4. Ld. SDR reiterated the grounds of appeal.

5. I have carefully considered the submissions and perused the records. At the outset, it is to be noted that SION norms are based on average consumption in the industry. The actual consumption by any manufacturer could be more or less. If the variation is very wide then it definitely calls for investigation. However, no presumption can be made that excess raw materials have been used merely because the quantity is in excess of SION norms. In the present case, certain presumptions have been made that the raw materials procured is in excess of the requirement merely based on SION norms. The respondents have used certain quantities of duty-paid Cenvatable inputs in the manufacture of export products. There is no dispute about export of the final products. The inputs going into export product need not suffer duty. It could be procured duty-free or if it was duty-paid, the same can be taken as Cenvat Credit. The said Cenvat Credit is useable for paying duty on the goods cleared to the domestic market or the same is eligible as refund.
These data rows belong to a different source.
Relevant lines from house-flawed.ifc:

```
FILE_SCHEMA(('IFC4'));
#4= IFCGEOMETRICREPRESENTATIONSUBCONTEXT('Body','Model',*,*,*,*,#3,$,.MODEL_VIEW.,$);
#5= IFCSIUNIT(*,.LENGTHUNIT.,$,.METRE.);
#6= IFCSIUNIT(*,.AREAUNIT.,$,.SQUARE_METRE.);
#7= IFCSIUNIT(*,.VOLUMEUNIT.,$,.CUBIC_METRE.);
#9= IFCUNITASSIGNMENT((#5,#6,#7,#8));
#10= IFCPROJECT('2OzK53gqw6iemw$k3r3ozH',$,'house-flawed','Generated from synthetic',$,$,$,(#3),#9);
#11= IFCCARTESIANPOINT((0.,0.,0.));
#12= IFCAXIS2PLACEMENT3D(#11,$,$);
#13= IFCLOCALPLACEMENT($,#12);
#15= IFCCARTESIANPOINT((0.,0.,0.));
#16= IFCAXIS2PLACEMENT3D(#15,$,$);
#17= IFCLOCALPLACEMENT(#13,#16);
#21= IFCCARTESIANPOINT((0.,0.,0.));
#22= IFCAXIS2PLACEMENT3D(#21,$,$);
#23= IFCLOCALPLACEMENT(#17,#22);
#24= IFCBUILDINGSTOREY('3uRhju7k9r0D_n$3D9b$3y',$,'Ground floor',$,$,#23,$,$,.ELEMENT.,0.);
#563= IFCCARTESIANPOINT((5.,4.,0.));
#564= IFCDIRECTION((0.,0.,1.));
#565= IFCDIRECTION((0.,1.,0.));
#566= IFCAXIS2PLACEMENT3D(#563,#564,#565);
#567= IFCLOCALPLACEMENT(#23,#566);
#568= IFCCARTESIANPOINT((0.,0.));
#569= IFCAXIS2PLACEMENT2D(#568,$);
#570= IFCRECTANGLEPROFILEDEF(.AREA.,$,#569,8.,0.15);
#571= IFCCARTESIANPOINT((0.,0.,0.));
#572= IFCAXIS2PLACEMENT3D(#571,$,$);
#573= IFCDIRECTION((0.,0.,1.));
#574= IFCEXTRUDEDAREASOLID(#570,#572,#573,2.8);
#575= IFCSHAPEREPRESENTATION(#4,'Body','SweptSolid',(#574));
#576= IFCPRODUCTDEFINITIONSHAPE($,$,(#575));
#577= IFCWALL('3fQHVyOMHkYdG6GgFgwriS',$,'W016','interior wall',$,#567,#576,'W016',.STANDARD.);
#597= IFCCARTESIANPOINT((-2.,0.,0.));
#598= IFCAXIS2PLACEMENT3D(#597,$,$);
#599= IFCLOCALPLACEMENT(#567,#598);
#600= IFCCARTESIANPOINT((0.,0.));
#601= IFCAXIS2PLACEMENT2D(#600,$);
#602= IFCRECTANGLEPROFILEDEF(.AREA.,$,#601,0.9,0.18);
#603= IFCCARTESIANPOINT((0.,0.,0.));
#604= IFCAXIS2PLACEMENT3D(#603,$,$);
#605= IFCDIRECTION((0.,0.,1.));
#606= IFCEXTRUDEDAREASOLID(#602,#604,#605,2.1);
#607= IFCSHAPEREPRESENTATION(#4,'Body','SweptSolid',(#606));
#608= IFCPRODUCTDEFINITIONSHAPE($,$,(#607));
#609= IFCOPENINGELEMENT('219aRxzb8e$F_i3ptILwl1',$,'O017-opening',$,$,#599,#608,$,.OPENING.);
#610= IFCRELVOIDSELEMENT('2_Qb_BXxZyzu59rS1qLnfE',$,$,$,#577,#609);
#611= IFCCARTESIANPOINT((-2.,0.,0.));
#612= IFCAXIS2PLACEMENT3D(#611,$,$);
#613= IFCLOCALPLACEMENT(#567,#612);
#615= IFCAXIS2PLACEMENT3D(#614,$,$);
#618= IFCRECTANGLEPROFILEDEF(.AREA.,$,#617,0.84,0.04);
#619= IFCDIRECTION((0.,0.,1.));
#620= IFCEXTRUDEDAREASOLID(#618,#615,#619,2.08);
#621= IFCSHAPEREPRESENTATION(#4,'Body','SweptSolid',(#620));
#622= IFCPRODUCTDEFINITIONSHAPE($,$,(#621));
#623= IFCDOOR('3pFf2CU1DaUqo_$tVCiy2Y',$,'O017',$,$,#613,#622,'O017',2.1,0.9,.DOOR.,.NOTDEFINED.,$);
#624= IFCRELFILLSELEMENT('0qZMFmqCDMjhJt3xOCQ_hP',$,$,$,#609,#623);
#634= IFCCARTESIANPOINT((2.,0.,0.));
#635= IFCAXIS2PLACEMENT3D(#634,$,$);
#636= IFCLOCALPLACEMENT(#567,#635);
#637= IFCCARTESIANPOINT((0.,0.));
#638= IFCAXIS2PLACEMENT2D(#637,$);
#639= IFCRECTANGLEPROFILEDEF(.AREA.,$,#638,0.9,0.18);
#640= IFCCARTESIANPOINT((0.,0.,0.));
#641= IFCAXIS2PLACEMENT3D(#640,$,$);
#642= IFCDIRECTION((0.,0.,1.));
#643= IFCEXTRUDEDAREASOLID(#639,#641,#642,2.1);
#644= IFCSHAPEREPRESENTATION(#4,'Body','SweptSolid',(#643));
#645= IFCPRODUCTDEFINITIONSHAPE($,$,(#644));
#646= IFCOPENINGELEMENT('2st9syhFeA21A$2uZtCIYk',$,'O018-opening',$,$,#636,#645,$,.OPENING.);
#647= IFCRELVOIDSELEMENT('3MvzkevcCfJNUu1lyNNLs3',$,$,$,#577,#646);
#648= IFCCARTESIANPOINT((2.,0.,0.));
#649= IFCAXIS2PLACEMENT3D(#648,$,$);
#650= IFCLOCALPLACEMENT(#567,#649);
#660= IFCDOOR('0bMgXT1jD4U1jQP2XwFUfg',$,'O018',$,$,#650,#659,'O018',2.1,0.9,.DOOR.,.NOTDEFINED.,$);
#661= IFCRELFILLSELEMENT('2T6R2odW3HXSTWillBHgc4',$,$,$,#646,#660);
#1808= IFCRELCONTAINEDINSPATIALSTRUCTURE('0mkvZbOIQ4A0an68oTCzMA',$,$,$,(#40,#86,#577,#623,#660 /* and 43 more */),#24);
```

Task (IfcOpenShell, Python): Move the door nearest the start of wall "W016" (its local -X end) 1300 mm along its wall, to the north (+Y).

```python
import ifcopenshell
import ifcopenshell.api.geometry
import ifcopenshell.util.placement

model = ifcopenshell.open("house-flawed.ifc")

door = model.by_id(623)
opening = door.FillsVoids[0].RelatingOpeningElement
wall = opening.VoidsElements[0].RelatingBuildingElement

wall_matrix = ifcopenshell.util.placement.get_local_placement(wall.ObjectPlacement)
shift = wall_matrix[:3, 0] * 1.3
before = ifcopenshell.util.placement.get_local_placement(door.ObjectPlacement)[:3, 3].copy()

# The door is not placed relative to its opening, so move both.
for product in (opening, door):
    matrix = ifcopenshell.util.placement.get_local_placement(product.ObjectPlacement)
    matrix[:3, 3] += shift
    ifcopenshell.api.geometry.edit_object_placement(model, product=product, matrix=matrix, is_si=False)

after = ifcopenshell.util.placement.get_local_placement(door.ObjectPlacement)[:3, 3]
print("door moved by", (after - before).round(3) + 0.0)

model.write("house-flawed_v2.ifc")
```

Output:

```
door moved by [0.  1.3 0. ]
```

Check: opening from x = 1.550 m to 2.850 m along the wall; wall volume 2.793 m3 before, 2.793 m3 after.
Under these circumstances, the order of the Commissioner (Appeals) holding that the refund claim is admissible cannot be faulted.

6. In view of the above, the appeal by the Department is rejected. The cross objection, which is merely in support of the order of the Commissioner (Appeals) is also disposed of.

Order dictated & pronounced in open court on 29.12.2009.

( M. Veeraiyan ) Member (Technical) Ckp.